Doris Lessing hat bisher zwei Bände ihrer Autobiographie vorgelegt. Der erste Band: "Unter der Haut" beschreibt ihr Lebensgeschichte zwischen 1919 bis 1949, also von ihrer Geburt in Iran bis zu ihrem Umzug nach London. Der zweite Band: "Schritte im Schatten" erzählt die Geschichte Ihres Lebens von 1949 bis 1962 in London. Die Erzählung über ihr Leben seither steht noch aus. Hoffentlich wird der dritte Band bald folgen. Denn viele Leser warten Sehnsüchtig zu erfahren, wie ihr Leben danach verlaufen ist.
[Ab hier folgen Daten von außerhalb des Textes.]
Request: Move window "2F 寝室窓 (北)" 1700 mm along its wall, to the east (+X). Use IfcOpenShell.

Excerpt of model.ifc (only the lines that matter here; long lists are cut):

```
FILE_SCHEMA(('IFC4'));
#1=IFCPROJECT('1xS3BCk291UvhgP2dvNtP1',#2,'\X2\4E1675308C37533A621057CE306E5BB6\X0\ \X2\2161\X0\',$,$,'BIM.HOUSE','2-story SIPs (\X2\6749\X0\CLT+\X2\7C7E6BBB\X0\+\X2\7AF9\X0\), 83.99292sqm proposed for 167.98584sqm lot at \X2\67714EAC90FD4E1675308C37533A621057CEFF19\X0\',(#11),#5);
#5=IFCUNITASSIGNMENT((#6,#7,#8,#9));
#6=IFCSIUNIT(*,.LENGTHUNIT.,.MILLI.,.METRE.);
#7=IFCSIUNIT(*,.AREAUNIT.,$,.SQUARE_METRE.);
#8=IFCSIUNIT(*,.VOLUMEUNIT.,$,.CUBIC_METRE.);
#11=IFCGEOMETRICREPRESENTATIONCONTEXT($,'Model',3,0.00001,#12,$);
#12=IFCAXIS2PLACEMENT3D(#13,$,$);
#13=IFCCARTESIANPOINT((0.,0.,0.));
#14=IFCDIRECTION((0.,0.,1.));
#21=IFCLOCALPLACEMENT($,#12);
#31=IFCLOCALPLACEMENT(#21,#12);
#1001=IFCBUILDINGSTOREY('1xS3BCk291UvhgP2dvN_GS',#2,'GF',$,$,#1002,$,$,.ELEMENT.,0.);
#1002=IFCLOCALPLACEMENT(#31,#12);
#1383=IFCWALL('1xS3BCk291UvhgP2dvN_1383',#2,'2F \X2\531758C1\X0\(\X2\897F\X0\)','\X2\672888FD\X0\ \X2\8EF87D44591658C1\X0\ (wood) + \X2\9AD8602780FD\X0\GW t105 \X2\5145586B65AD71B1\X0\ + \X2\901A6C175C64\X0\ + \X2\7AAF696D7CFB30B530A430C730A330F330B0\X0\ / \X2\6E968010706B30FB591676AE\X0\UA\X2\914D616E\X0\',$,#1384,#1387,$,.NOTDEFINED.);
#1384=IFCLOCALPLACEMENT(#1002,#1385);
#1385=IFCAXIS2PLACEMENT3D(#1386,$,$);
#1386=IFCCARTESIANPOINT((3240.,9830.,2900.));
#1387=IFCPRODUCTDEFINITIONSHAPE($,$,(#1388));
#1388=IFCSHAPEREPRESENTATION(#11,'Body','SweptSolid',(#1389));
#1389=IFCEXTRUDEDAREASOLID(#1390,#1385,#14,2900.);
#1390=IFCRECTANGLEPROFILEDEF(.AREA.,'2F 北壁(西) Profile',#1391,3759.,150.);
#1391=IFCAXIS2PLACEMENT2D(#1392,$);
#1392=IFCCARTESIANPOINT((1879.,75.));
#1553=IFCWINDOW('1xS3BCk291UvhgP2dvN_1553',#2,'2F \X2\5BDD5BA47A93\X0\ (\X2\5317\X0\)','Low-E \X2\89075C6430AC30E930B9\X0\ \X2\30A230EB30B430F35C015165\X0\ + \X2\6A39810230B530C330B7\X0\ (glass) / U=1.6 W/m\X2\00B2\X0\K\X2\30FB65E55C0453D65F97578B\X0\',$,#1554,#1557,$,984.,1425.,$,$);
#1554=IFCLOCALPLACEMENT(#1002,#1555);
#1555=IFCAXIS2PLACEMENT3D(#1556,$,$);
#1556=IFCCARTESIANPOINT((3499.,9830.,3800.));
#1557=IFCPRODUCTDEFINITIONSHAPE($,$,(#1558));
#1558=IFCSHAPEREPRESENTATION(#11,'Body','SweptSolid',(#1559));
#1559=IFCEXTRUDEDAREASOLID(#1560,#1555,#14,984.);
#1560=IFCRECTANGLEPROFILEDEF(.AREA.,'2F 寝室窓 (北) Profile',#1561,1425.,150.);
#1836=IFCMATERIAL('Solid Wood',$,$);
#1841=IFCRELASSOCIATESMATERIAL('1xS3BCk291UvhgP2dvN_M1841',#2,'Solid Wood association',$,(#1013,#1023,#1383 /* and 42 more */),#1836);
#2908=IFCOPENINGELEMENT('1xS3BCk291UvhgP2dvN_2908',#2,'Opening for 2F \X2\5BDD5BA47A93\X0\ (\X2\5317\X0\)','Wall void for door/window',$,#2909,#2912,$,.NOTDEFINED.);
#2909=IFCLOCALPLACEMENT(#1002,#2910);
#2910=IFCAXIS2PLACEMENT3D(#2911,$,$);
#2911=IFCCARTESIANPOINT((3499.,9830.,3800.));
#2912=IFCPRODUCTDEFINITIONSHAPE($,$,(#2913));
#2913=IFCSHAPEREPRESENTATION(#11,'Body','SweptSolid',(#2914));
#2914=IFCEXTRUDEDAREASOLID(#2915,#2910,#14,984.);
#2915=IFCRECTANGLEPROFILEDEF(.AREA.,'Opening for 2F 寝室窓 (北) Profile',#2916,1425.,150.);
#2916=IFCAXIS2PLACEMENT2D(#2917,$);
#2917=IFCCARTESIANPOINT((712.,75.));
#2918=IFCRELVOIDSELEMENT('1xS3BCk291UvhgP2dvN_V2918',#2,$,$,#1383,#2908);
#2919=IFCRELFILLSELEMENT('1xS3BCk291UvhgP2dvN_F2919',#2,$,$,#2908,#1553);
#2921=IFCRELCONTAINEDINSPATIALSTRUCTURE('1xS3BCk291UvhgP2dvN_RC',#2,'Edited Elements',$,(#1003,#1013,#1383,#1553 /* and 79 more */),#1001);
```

```python
import ifcopenshell
import ifcopenshell.api.geometry
import ifcopenshell.util.placement
import ifcopenshell.util.unit

model = ifcopenshell.open("model.ifc")
unit_scale = ifcopenshell.util.unit.calculate_unit_scale(model)

window = model.by_guid("1xS3BCk291UvhgP2dvN_1553")
opening = window.FillsVoids[0].RelatingOpeningElement
wall = opening.VoidsElements[0].RelatingBuildingElement

wall_matrix = ifcopenshell.util.placement.get_local_placement(wall.ObjectPlacement)
shift = wall_matrix[:3, 0] * 1.7 / unit_scale
before = ifcopenshell.util.placement.get_local_placement(window.ObjectPlacement)[:3, 3].copy()

# The window is not placed relative to its opening, so move both.
for product in (opening, window):
    matrix = ifcopenshell.util.placement.get_local_placement(product.ObjectPlacement)
    matrix[:3, 3] += shift
    ifcopenshell.api.geometry.edit_object_placement(model, product=product, matrix=matrix, is_si=False)

after = ifcopenshell.util.placement.get_local_placement(window.ObjectPlacement)[:3, 3]
print("window moved by", (after - before).round(3) + 0.0)

model.write("model_edited.ifc")
```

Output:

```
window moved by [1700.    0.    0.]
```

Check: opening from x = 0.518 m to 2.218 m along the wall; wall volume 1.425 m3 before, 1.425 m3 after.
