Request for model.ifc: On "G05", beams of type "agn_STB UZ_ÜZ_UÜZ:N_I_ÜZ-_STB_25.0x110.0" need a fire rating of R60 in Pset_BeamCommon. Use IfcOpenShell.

First a look at what the model holds.

```python
import ifcopenshell
import ifcopenshell.util.element

model = ifcopenshell.open("model.ifc")
print(model.schema)
storey = next(s for s in model.by_type("IfcBuildingStorey") if s.Name == "G05")
beams = [e for e in ifcopenshell.util.element.get_decomposition(storey) if e.is_a("IfcBeam")]
seen = {}
for e in beams:
    element_type = ifcopenshell.util.element.get_type(e)
    key = (element_type.Name if element_type != e and element_type else None, ifcopenshell.util.element.get_pset(e, "Pset_BeamCommon", "FireRating"))
    seen[key] = seen.get(key, 0) + 1
for (name, value), count in sorted(seen.items(), key=str):
    print(count, "x", name, "|", value)
```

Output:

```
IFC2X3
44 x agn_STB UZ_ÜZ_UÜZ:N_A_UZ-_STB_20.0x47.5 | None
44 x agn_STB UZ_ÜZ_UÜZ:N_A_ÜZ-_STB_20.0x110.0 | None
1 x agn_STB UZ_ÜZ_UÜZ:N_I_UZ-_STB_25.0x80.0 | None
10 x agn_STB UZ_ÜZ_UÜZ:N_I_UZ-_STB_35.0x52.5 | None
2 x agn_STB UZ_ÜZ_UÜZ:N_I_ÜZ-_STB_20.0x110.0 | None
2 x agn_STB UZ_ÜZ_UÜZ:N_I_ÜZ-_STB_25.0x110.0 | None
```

```python
import ifcopenshell
import ifcopenshell.api.pset
import ifcopenshell.util.element

model = ifcopenshell.open("model.ifc")

storey = next(s for s in model.by_type("IfcBuildingStorey") if s.Name == "G05")
beams = [e for e in ifcopenshell.util.element.get_decomposition(storey) if e.is_a("IfcBeam")]

count = 0
for e in beams:
    element_type = ifcopenshell.util.element.get_type(e)
    if element_type in (None, e) or element_type.Name != "agn_STB UZ_ÜZ_UÜZ:N_I_ÜZ-_STB_25.0x110.0":
        continue
    found = ifcopenshell.util.element.get_pset(e, "Pset_BeamCommon", should_inherit=False)
    if found:
        pset = model.by_id(found["id"])
        if len(ifcopenshell.util.element.get_elements_by_pset(pset)) > 1:
            pset = ifcopenshell.api.pset.unshare_pset(model, products=[e], pset=pset)[0]
    else:
        pset = ifcopenshell.api.pset.add_pset(model, product=e, name="Pset_BeamCommon")
    ifcopenshell.api.pset.edit_pset(model, pset=pset, properties={"FireRating": "R60"})
    count += 1

print(count, "beams updated")

model.write("model_updated.ifc")
```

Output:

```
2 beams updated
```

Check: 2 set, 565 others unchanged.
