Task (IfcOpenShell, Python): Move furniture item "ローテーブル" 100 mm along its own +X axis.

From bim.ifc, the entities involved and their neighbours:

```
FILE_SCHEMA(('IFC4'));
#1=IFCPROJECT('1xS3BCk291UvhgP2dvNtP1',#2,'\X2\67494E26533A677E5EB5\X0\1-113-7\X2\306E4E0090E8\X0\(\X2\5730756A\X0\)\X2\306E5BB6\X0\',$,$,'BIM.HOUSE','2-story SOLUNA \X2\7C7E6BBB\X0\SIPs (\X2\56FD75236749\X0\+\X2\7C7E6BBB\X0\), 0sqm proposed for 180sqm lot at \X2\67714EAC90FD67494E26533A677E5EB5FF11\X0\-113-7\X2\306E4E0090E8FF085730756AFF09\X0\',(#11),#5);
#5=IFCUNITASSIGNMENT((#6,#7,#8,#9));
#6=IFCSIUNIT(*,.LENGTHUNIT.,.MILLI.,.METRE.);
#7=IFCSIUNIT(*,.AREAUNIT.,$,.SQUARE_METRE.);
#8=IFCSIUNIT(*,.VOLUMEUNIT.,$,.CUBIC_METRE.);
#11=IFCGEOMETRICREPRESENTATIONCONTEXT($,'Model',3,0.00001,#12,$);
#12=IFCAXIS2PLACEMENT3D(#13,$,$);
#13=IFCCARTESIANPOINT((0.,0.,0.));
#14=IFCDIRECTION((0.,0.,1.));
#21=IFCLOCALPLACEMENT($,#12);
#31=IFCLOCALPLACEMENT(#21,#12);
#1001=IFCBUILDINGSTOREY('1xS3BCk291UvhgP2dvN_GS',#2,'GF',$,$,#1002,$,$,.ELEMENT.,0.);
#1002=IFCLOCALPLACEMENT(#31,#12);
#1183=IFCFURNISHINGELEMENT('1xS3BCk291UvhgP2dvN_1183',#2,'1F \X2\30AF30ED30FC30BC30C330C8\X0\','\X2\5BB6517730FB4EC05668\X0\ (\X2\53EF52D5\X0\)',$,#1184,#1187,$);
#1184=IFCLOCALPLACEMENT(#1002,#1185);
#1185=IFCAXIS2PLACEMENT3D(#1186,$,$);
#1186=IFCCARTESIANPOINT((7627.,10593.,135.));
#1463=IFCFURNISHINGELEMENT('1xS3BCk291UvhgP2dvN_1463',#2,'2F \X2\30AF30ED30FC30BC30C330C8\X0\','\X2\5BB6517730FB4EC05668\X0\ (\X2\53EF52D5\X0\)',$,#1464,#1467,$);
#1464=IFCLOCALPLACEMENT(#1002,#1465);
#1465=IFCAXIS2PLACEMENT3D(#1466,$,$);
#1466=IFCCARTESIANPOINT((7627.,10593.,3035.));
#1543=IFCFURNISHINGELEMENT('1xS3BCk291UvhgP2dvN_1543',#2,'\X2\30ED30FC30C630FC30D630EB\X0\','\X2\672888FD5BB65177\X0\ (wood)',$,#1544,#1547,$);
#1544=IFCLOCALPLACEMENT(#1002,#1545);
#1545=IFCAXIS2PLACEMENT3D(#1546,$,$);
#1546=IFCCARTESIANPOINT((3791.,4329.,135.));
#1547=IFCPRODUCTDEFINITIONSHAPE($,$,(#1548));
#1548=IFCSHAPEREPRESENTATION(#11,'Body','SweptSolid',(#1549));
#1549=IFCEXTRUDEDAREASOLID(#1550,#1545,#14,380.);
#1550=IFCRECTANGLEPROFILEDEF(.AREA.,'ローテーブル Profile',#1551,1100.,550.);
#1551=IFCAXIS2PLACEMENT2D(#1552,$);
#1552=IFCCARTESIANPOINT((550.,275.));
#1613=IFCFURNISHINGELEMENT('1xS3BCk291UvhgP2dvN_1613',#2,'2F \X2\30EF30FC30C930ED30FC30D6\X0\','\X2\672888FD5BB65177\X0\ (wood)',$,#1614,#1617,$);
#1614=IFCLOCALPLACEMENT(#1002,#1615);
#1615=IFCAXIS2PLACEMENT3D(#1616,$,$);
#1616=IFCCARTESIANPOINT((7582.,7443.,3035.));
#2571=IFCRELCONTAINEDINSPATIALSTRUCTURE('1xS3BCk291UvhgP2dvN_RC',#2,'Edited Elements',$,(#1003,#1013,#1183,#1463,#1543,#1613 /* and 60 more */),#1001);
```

```python
import ifcopenshell
import ifcopenshell.api.geometry
import ifcopenshell.util.placement
import ifcopenshell.util.unit

model = ifcopenshell.open("bim.ifc")
unit_scale = ifcopenshell.util.unit.calculate_unit_scale(model)

item = model.by_guid("1xS3BCk291UvhgP2dvN_1543")
matrix = ifcopenshell.util.placement.get_local_placement(item.ObjectPlacement)
matrix[:3, 3] += matrix[:3, 0] * 0.1 / unit_scale
ifcopenshell.api.geometry.edit_object_placement(model, product=item, matrix=matrix, is_si=False)

print(ifcopenshell.util.placement.get_local_placement(item.ObjectPlacement).round(3) + 0.0)

model.write("bim_updated.ifc")
```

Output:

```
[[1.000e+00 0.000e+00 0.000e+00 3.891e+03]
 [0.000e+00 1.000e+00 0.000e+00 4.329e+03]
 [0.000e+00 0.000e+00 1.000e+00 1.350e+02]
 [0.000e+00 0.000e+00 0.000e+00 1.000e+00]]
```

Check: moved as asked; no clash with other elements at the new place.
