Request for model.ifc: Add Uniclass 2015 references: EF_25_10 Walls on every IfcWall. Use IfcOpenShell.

First a look at what the model holds.

```python
import ifcopenshell

model = ifcopenshell.open("model.ifc")
print(model.schema)
print("classifications:", [c.Name for c in model.by_type("IfcClassification")])
for ifc_class in ("IfcDoor", "IfcRoof", "IfcStair", "IfcWall", "IfcWindow"):
    print(ifc_class, len(model.by_type(ifc_class)))
```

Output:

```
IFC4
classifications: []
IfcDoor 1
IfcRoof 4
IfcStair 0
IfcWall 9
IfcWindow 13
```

```python
import ifcopenshell
import ifcopenshell.api.classification

model = ifcopenshell.open("model.ifc")

system = ifcopenshell.api.classification.add_classification(model, classification="Uniclass 2015")

codes = {
    "IfcWall": ("EF_25_10", "Walls"),
}
for ifc_class, (code, name) in codes.items():
    products = model.by_type(ifc_class)
    ifcopenshell.api.classification.add_reference(
        model, products=products, classification=system, identification=code, name=name
    )
    print(code, len(products))

model.write("model_updated.ifc")
```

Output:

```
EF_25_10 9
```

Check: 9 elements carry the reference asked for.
Sie ist eine fabelhafte Erzählerin, die in einer einfachen und direkten Sprache die Leser zu fesseln versteht. Sie ist ein Naturtalent, denn sie begann als jugendliche zu schreiben, als sie noch zur Schule ging, die sie übrigens vorzeitig verließ ohne ein Abschluss gemacht zu haben.
Als Erzählerin hat sie viele literarische Preise, darunter den Nobelpreis für Literatur, bekommen. Mann muss sie einfach lesen, um zu begreifen, durch welche Irrungen und Wirrungen ihr Leben verlaufen ist. Gleichzeitig erfährt man einiges über die Geschichte Südrhodesiens. Nur gewundert habe ich mich darüber, wie wenig sie über das Leben der schwarzen Bevölkerung in ihrer Heimat berichtet, für die sie von Anfang an Interesse entwickelt hatte. Vielleicht war es ihr nicht möglich, die Siedlungen der Schwarzen aus erster Hand kennen zulernen. Jedenfalls ist dies die einzige Kritik, die ich an ihr Buch (Band 1) üben möchte.